Information given.
# # #

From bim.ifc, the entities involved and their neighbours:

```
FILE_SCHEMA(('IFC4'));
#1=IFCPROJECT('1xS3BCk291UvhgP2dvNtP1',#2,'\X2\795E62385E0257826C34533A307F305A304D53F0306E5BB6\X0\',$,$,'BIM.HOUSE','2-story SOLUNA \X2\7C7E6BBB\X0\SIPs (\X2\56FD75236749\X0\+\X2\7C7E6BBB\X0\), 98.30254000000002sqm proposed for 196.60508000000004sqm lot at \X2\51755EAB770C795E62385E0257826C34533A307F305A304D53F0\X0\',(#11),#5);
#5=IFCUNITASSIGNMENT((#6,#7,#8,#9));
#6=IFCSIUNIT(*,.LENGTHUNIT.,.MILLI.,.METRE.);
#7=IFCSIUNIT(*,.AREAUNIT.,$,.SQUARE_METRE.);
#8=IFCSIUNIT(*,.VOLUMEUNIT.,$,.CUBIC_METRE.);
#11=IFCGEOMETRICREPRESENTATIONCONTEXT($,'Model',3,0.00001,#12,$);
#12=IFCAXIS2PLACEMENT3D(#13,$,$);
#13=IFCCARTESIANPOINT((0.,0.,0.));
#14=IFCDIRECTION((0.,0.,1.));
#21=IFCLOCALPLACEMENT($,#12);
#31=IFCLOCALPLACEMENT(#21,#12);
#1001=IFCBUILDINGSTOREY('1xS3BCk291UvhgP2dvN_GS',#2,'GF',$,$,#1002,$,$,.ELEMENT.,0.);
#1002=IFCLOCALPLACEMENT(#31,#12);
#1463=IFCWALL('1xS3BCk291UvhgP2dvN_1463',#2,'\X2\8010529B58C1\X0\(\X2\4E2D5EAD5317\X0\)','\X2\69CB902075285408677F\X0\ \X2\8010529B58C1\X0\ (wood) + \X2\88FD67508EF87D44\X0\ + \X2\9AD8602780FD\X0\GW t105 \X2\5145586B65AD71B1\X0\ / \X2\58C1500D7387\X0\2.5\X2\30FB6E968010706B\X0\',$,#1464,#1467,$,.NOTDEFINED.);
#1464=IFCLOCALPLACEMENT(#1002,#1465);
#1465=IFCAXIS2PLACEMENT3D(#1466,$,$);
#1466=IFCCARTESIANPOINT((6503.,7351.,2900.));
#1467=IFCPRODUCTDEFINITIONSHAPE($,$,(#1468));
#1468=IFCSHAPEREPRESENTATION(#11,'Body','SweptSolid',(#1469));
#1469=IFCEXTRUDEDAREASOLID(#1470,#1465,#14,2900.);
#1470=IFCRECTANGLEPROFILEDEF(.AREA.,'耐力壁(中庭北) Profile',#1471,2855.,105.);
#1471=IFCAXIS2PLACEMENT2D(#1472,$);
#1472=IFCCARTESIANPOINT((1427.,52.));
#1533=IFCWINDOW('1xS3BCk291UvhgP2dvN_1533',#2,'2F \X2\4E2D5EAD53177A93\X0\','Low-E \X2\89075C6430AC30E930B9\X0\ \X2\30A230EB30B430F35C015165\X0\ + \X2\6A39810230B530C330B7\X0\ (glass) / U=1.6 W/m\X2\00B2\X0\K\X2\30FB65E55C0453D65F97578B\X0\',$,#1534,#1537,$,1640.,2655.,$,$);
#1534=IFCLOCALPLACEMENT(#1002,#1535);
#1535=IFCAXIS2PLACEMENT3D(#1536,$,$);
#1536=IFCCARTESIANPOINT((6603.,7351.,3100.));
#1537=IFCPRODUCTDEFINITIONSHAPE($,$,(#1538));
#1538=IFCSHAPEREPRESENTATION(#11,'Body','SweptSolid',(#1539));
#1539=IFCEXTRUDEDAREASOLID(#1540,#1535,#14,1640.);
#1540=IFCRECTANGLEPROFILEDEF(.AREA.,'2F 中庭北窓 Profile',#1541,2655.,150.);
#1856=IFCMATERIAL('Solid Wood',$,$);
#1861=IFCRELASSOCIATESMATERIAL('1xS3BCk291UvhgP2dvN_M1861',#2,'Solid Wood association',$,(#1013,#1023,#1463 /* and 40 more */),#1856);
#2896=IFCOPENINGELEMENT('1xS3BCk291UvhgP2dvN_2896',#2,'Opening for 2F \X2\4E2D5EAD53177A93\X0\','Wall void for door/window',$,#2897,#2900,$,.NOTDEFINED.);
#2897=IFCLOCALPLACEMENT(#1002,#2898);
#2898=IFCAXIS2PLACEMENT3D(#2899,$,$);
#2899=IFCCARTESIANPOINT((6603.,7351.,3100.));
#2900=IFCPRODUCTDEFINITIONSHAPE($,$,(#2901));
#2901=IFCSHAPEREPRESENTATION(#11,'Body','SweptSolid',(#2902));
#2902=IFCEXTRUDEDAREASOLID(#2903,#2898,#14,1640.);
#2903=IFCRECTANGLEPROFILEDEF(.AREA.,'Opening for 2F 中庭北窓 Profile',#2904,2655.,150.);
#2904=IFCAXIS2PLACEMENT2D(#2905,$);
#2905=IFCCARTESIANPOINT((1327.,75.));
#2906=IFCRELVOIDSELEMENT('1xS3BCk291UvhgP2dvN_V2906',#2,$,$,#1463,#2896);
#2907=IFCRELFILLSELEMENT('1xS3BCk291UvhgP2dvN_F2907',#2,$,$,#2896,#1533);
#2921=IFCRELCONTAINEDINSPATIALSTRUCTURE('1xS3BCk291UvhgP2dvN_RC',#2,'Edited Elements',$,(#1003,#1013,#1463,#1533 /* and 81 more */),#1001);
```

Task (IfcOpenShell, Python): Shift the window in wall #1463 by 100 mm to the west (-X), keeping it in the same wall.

```python
import ifcopenshell
import ifcopenshell.api.geometry
import ifcopenshell.util.placement
import ifcopenshell.util.unit

model = ifcopenshell.open("bim.ifc")
unit_scale = ifcopenshell.util.unit.calculate_unit_scale(model)

window = model.by_id(1533)
opening = window.FillsVoids[0].RelatingOpeningElement
wall = opening.VoidsElements[0].RelatingBuildingElement

wall_matrix = ifcopenshell.util.placement.get_local_placement(wall.ObjectPlacement)
shift = wall_matrix[:3, 0] * -0.1 / unit_scale
before = ifcopenshell.util.placement.get_local_placement(window.ObjectPlacement)[:3, 3].copy()

# The window is not placed relative to its opening, so move both.
for product in (opening, window):
    matrix = ifcopenshell.util.placement.get_local_placement(product.ObjectPlacement)
    matrix[:3, 3] += shift
    ifcopenshell.api.geometry.edit_object_placement(model, product=product, matrix=matrix, is_si=False)

after = ifcopenshell.util.placement.get_local_placement(window.ObjectPlacement)[:3, 3]
print("window moved by", (after - before).round(3) + 0.0)

model.write("bim-out.ifc")
```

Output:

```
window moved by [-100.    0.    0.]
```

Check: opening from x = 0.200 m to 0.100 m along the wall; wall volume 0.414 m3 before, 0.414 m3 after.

# # #

The problem. Reproduce the records above with every character intact.

Your solution.
From bim.ifc, the entities involved and their neighbours:

```
FILE_SCHEMA(('IFC4'));
#1=IFCPROJECT('1xS3BCk291UvhgP2dvNtP1',#2,'\X2\795E62385E0257826C34533A307F305A304D53F0306E5BB6\X0\',$,$,'BIM.HOUSE','2-story SOLUNA \X2\7C7E6BBB\X0\SIPs (\X2\56FD75236749\X0\+\X2\7C7E6BBB\X0\), 98.30254000000002sqm proposed for 196.60508000000004sqm lot at \X2\51755EAB770C795E62385E0257826C34533A307F305A304D53F0\X0\',(#11),#5);
#5=IFCUNITASSIGNMENT((#6,#7,#8,#9));
#6=IFCSIUNIT(*,.LENGTHUNIT.,.MILLI.,.METRE.);
#7=IFCSIUNIT(*,.AREAUNIT.,$,.SQUARE_METRE.);
#8=IFCSIUNIT(*,.VOLUMEUNIT.,$,.CUBIC_METRE.);
#11=IFCGEOMETRICREPRESENTATIONCONTEXT($,'Model',3,0.00001,#12,$);
#12=IFCAXIS2PLACEMENT3D(#13,$,$);
#13=IFCCARTESIANPOINT((0.,0.,0.));
#14=IFCDIRECTION((0.,0.,1.));
#21=IFCLOCALPLACEMENT($,#12);
#31=IFCLOCALPLACEMENT(#21,#12);
#1001=IFCBUILDINGSTOREY('1xS3BCk291UvhgP2dvN_GS',#2,'GF',$,$,#1002,$,$,.ELEMENT.,0.);
#1002=IFCLOCALPLACEMENT(#31,#12);
#1463=IFCWALL('1xS3BCk291UvhgP2dvN_1463',#2,'\X2\8010529B58C1\X0\(\X2\4E2D5EAD5317\X0\)','\X2\69CB902075285408677F\X0\ \X2\8010529B58C1\X0\ (wood) + \X2\88FD67508EF87D44\X0\ + \X2\9AD8602780FD\X0\GW t105 \X2\5145586B65AD71B1\X0\ / \X2\58C1500D7387\X0\2.5\X2\30FB6E968010706B\X0\',$,#1464,#1467,$,.NOTDEFINED.);
#1464=IFCLOCALPLACEMENT(#1002,#1465);
#1465=IFCAXIS2PLACEMENT3D(#1466,$,$);
#1466=IFCCARTESIANPOINT((6503.,7351.,2900.));
#1467=IFCPRODUCTDEFINITIONSHAPE($,$,(#1468));
#1468=IFCSHAPEREPRESENTATION(#11,'Body','SweptSolid',(#1469));
#1469=IFCEXTRUDEDAREASOLID(#1470,#1465,#14,2900.);
#1470=IFCRECTANGLEPROFILEDEF(.AREA.,'耐力壁(中庭北) Profile',#1471,2855.,105.);
#1471=IFCAXIS2PLACEMENT2D(#1472,$);
#1472=IFCCARTESIANPOINT((1427.,52.));
#1533=IFCWINDOW('1xS3BCk291UvhgP2dvN_1533',#2,'2F \X2\4E2D5EAD53177A93\X0\','Low-E \X2\89075C6430AC30E930B9\X0\ \X2\30A230EB30B430F35C015165\X0\ + \X2\6A39810230B530C330B7\X0\ (glass) / U=1.6 W/m\X2\00B2\X0\K\X2\30FB65E55C0453D65F97578B\X0\',$,#1534,#1537,$,1640.,2655.,$,$);
#1534=IFCLOCALPLACEMENT(#1002,#1535);
#1535=IFCAXIS2PLACEMENT3D(#1536,$,$);
#1536=IFCCARTESIANPOINT((6603.,7351.,3100.));
#1537=IFCPRODUCTDEFINITIONSHAPE($,$,(#1538));
#1538=IFCSHAPEREPRESENTATION(#11,'Body','SweptSolid',(#1539));
#1539=IFCEXTRUDEDAREASOLID(#1540,#1535,#14,1640.);
#1540=IFCRECTANGLEPROFILEDEF(.AREA.,'2F 中庭北窓 Profile',#1541,2655.,150.);
#1856=IFCMATERIAL('Solid Wood',$,$);
#1861=IFCRELASSOCIATESMATERIAL('1xS3BCk291UvhgP2dvN_M1861',#2,'Solid Wood association',$,(#1013,#1023,#1463 /* and 40 more */),#1856);
#2896=IFCOPENINGELEMENT('1xS3BCk291UvhgP2dvN_2896',#2,'Opening for 2F \X2\4E2D5EAD53177A93\X0\','Wall void for door/window',$,#2897,#2900,$,.NOTDEFINED.);
#2897=IFCLOCALPLACEMENT(#1002,#2898);
#2898=IFCAXIS2PLACEMENT3D(#2899,$,$);
#2899=IFCCARTESIANPOINT((6603.,7351.,3100.));
#2900=IFCPRODUCTDEFINITIONSHAPE($,$,(#2901));
#2901=IFCSHAPEREPRESENTATION(#11,'Body','SweptSolid',(#2902));
#2902=IFCEXTRUDEDAREASOLID(#2903,#2898,#14,1640.);
#2903=IFCRECTANGLEPROFILEDEF(.AREA.,'Opening for 2F 中庭北窓 Profile',#2904,2655.,150.);
#2904=IFCAXIS2PLACEMENT2D(#2905,$);
#2905=IFCCARTESIANPOINT((1327.,75.));
#2906=IFCRELVOIDSELEMENT('1xS3BCk291UvhgP2dvN_V2906',#2,$,$,#1463,#2896);
#2907=IFCRELFILLSELEMENT('1xS3BCk291UvhgP2dvN_F2907',#2,$,$,#2896,#1533);
#2921=IFCRELCONTAINEDINSPATIALSTRUCTURE('1xS3BCk291UvhgP2dvN_RC',#2,'Edited Elements',$,(#1003,#1013,#1463,#1533 /* and 81 more */),#1001);
```

Task (IfcOpenShell, Python): Shift the window in wall #1463 by 100 mm to the west (-X), keeping it in the same wall.

```python
import ifcopenshell
import ifcopenshell.api.geometry
import ifcopenshell.util.placement
import ifcopenshell.util.unit

model = ifcopenshell.open("bim.ifc")
unit_scale = ifcopenshell.util.unit.calculate_unit_scale(model)

window = model.by_id(1533)
opening = window.FillsVoids[0].RelatingOpeningElement
wall = opening.VoidsElements[0].RelatingBuildingElement

wall_matrix = ifcopenshell.util.placement.get_local_placement(wall.ObjectPlacement)
shift = wall_matrix[:3, 0] * -0.1 / unit_scale
before = ifcopenshell.util.placement.get_local_placement(window.ObjectPlacement)[:3, 3].copy()

# The window is not placed relative to its opening, so move both.
for product in (opening, window):
    matrix = ifcopenshell.util.placement.get_local_placement(product.ObjectPlacement)
    matrix[:3, 3] += shift
    ifcopenshell.api.geometry.edit_object_placement(model, product=product, matrix=matrix, is_si=False)

after = ifcopenshell.util.placement.get_local_placement(window.ObjectPlacement)[:3, 3]
print("window moved by", (after - before).round(3) + 0.0)

model.write("bim-out.ifc")
```

Output:

```
window moved by [-100.    0.    0.]
```

Check: opening from x = 0.200 m to 0.100 m along the wall; wall volume 0.414 m3 before, 0.414 m3 after.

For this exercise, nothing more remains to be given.